Background information
- Origin: Austin, Texas, U.S.
- Genres: Indie rock, psych rock, lo-fi, jazz rock
- Years active: 2016–present
- Labels: Fire Talk
- Members: Livvy Bennett; Michael Hunter; Dylan Hill; Noor Khan;
- Website: www.mamalarky.com

= Mamalarky =

Indie rock band

Mamalarky is an American indie rock band formed in 2016 in Austin, Texas. The group is based in Los Angeles, California after a period residing in Atlanta, Georgia.

== History ==
Singer and guitarist Livvy Bennett and drummer Dylan Hill first became acquainted in middle school and later met keyboardist Michael Hunter in high school. After high school, the members began playing together and adopted the name Mamalarky by 2016. The band was initially active in their hometown of Austin before relocating to Los Angeles. Bennett played bass on tour with Cherry Glazerr and Hunter played with White Denim during this time.

Mamalarky released their debut EP, Fundamental Thrive Hive, in May 2018. Bassist Noor Khan joined the band late that year in response to a call for musicians put out by Bennett on Tinder.

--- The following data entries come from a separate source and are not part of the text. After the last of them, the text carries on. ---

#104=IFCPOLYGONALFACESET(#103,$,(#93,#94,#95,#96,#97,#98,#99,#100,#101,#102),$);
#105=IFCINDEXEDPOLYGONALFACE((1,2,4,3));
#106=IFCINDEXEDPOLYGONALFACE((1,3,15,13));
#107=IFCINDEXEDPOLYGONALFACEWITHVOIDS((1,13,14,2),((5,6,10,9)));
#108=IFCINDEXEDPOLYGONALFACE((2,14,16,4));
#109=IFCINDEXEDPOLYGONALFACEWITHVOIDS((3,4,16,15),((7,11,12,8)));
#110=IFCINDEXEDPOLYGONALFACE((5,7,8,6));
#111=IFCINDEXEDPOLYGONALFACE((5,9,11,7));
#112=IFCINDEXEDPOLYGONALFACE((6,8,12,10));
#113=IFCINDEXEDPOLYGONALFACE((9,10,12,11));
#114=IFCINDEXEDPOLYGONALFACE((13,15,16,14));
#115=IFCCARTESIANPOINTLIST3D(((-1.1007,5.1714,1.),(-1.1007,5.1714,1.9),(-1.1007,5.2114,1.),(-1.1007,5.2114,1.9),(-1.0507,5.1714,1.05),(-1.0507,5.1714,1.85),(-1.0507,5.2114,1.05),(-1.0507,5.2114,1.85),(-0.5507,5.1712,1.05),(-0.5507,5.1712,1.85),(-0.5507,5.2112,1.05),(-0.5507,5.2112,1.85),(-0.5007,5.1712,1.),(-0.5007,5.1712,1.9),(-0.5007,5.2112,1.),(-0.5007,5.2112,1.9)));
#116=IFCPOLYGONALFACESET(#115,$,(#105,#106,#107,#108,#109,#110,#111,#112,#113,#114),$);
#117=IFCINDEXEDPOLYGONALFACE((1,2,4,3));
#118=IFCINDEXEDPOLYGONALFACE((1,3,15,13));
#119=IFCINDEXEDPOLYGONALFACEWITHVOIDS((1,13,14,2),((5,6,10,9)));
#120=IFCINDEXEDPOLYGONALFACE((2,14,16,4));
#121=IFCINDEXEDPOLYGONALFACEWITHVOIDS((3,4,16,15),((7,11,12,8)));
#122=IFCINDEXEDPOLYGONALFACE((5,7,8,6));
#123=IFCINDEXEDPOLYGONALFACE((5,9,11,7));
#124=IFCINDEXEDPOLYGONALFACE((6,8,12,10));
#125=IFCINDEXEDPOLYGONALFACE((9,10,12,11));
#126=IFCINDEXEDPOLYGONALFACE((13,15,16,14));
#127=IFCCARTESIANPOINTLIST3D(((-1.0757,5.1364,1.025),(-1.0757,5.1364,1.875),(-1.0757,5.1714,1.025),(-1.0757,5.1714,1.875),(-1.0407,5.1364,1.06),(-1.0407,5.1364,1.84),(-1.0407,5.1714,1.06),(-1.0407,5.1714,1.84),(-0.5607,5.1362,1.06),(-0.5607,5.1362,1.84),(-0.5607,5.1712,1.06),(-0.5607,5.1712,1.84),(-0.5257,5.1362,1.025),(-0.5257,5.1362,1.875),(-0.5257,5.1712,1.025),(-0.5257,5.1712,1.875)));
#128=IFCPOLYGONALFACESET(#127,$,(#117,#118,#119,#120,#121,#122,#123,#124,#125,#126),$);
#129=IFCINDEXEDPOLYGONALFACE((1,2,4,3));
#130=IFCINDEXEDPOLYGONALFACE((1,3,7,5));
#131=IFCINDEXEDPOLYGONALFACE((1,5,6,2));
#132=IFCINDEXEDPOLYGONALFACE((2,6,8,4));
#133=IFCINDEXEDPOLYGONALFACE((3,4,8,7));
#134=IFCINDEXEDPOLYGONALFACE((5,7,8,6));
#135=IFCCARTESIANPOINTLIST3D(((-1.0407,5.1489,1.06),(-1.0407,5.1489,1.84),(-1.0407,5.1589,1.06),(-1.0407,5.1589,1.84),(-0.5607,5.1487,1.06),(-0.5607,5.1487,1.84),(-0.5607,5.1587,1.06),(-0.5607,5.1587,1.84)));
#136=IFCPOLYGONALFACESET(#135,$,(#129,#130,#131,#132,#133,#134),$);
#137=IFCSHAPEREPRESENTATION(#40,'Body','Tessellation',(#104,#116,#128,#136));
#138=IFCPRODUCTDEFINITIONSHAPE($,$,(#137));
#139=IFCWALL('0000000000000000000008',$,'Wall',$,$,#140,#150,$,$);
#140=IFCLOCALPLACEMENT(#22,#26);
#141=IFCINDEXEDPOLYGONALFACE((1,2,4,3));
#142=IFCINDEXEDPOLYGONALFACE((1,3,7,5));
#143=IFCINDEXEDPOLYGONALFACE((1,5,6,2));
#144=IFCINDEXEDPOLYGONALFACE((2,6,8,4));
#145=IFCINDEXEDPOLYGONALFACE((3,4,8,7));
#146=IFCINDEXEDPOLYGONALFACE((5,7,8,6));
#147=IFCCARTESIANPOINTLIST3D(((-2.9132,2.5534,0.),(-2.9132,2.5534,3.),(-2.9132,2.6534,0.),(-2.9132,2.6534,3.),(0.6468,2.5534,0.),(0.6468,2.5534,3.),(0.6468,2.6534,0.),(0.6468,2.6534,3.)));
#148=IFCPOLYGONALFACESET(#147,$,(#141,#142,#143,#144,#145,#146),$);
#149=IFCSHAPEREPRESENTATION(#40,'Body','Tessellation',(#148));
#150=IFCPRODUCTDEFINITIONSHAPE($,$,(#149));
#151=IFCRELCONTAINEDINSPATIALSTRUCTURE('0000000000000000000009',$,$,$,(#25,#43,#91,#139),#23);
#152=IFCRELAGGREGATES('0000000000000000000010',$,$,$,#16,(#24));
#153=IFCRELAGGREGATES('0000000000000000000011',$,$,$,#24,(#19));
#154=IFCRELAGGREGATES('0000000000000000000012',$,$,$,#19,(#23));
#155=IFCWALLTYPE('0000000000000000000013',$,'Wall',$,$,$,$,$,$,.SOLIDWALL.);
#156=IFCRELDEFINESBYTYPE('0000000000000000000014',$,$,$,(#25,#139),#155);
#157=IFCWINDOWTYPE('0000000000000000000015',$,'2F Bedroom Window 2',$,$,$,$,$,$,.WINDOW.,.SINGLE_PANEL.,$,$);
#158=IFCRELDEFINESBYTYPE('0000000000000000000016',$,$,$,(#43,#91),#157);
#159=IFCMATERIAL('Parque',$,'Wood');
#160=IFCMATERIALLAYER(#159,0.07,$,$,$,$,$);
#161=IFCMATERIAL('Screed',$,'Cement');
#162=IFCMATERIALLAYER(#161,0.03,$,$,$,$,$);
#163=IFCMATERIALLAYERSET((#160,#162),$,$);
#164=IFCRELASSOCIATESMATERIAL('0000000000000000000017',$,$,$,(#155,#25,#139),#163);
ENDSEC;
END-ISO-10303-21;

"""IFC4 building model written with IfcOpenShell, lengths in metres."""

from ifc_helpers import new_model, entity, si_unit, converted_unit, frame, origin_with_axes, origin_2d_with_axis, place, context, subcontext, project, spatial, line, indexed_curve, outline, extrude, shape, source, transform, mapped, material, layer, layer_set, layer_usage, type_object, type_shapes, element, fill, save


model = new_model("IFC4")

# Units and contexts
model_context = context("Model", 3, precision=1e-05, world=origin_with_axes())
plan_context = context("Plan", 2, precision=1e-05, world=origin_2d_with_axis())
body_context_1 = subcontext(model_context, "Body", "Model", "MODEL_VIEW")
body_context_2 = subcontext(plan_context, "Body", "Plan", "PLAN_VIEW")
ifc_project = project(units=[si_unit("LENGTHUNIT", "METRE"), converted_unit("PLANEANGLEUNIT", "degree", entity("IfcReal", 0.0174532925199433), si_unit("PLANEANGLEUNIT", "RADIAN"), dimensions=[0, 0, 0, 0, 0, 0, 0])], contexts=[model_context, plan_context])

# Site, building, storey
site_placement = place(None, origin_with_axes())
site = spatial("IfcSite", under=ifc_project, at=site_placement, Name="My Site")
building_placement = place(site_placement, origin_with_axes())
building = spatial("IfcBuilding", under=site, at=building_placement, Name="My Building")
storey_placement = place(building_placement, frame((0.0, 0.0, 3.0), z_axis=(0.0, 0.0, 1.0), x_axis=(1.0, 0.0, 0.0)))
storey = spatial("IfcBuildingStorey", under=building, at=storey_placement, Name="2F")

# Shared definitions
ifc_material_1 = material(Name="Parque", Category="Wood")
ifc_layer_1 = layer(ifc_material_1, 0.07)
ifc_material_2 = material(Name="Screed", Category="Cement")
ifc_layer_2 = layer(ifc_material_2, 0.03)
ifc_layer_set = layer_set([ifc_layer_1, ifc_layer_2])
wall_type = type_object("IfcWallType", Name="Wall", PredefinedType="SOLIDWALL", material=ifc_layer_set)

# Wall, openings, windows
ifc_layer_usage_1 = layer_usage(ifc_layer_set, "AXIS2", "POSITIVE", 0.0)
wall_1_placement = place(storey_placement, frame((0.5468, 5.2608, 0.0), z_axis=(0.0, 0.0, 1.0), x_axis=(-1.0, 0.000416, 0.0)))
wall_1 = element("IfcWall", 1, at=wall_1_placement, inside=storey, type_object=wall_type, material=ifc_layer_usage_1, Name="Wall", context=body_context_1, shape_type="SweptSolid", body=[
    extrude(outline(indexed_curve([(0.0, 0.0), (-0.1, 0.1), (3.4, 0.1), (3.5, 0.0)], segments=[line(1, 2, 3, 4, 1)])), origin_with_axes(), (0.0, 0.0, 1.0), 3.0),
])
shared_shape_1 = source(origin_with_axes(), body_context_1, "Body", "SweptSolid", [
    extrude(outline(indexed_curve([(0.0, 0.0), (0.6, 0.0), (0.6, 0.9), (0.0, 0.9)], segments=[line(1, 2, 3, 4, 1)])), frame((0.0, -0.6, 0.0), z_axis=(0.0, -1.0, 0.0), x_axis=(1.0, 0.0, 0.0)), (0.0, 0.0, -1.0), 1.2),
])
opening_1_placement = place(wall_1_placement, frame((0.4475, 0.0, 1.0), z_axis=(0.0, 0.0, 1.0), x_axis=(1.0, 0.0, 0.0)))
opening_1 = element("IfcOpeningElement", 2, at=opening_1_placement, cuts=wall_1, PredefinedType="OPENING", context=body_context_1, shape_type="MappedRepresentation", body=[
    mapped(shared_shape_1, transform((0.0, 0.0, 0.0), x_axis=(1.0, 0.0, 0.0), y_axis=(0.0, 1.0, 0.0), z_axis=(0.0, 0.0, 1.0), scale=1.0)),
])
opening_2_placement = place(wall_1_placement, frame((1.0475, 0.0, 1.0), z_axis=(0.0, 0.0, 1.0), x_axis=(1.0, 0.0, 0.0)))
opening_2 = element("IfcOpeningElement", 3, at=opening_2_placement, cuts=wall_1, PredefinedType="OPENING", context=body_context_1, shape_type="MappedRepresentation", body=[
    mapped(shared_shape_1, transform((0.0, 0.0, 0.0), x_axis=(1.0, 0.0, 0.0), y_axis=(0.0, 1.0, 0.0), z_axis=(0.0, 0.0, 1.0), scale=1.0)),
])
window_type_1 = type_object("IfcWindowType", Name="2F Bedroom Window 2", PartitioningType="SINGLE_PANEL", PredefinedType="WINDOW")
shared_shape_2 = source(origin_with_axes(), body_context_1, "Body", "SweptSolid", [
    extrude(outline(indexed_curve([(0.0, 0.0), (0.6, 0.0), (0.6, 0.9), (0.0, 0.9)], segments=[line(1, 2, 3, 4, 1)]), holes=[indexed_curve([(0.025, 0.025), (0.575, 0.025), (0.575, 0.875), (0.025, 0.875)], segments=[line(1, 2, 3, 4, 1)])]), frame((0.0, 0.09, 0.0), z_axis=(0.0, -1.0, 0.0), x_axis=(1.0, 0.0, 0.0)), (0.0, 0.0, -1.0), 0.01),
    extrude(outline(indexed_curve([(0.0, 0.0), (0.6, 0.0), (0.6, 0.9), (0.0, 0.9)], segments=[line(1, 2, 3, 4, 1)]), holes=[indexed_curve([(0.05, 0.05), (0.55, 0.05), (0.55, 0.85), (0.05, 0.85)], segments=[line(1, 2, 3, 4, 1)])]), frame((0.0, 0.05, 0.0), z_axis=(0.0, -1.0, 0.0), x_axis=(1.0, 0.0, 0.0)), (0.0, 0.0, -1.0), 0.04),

In December 2019, the band signed to Brooklyn based record label Fire Talk. The following month, they released "Fury", the first single off their debut album. This was followed by "How To Say" in May 2020 and lead single "Schism Trek" that September. Bennett, Hunter, and Khan relocated to Atlanta late that year. The band released the final singles from their full length debut, “You Make Me Smile” and "Drug Store Model", in October and November 2020 respectively.

Mamalarky’s self-titled debut album, a culmination of two years of effort, was released on November 20, 2020. Pitchfork contributor Jesse Locke praised the band’s “complex instrumental interplay”, awarding the album a rating of 7.1 out of 10. Ben Salmon of Paste magazine gave the album a rating of 7.5, describing the album's sound as "fussed over" and "distant" but ultimately commending the group's fluency in multiple genres.

The band’s second album, Pocket Fantasy, was released in September 2022 on Fire Talk Records. Writing for Pitchfork, critic Will Gottsegen rated the album 7.3 out of 10, praising the balance the band struck between technical proficiency and “playfulness”.

The band released its third studio album, Hex Key, on April 11, 2025, through Epitaph Records.

== Members ==

- Livvy Bennett – vocals, guitar (2016–present)
- Dylan Hill – drums (2016–present)
- Michael Hunter – keyboard (2016–present)
- Noor Khan – bass (2018–present)

== Discography ==

=== Studio albums ===

| Title | Details |
|---|---|
| Mamalarky | Released: November 20, 2020; Label: Fire Talk Records; Formats: LP, digital download; |
| Pocket Fantasy | Released: September 30, 2022; Label: Fire Talk Records; Formats: LP, digital download; |
| Hex Key | Released: April 11, 2025; Label: Epitaph Records; Formats: LP, digital download; |

=== EPs ===
- Fundamental Thrive Hive (2018)

=== Singles ===
- "Loose Leaf" (2017)
- "Nonmonogamy" (2017)
- "Mama's Bear" (2018)
- "Hero" (2019)
- "Fury" (2020)
- "How to Say" (2020)
- "Schism Trek" (2020)
- "You Make Me Smile" (2020)
- "Drug Store Model" (2020)
- "Meadow" (2021)
- "Moss" (2021)
- "You Know I Know" (2022)
- "Mythical Bonds" (2022)
- "It Hurts" (2022)
- "Shining Armor" (2022)
- "Nothing Lasts Forever" (2024)
- "Feels So Wrong" (2025)
- "#1 Best Of All Time" (2025)
- "Anhedonia" (2025)
- "Won't Give Up" (2025)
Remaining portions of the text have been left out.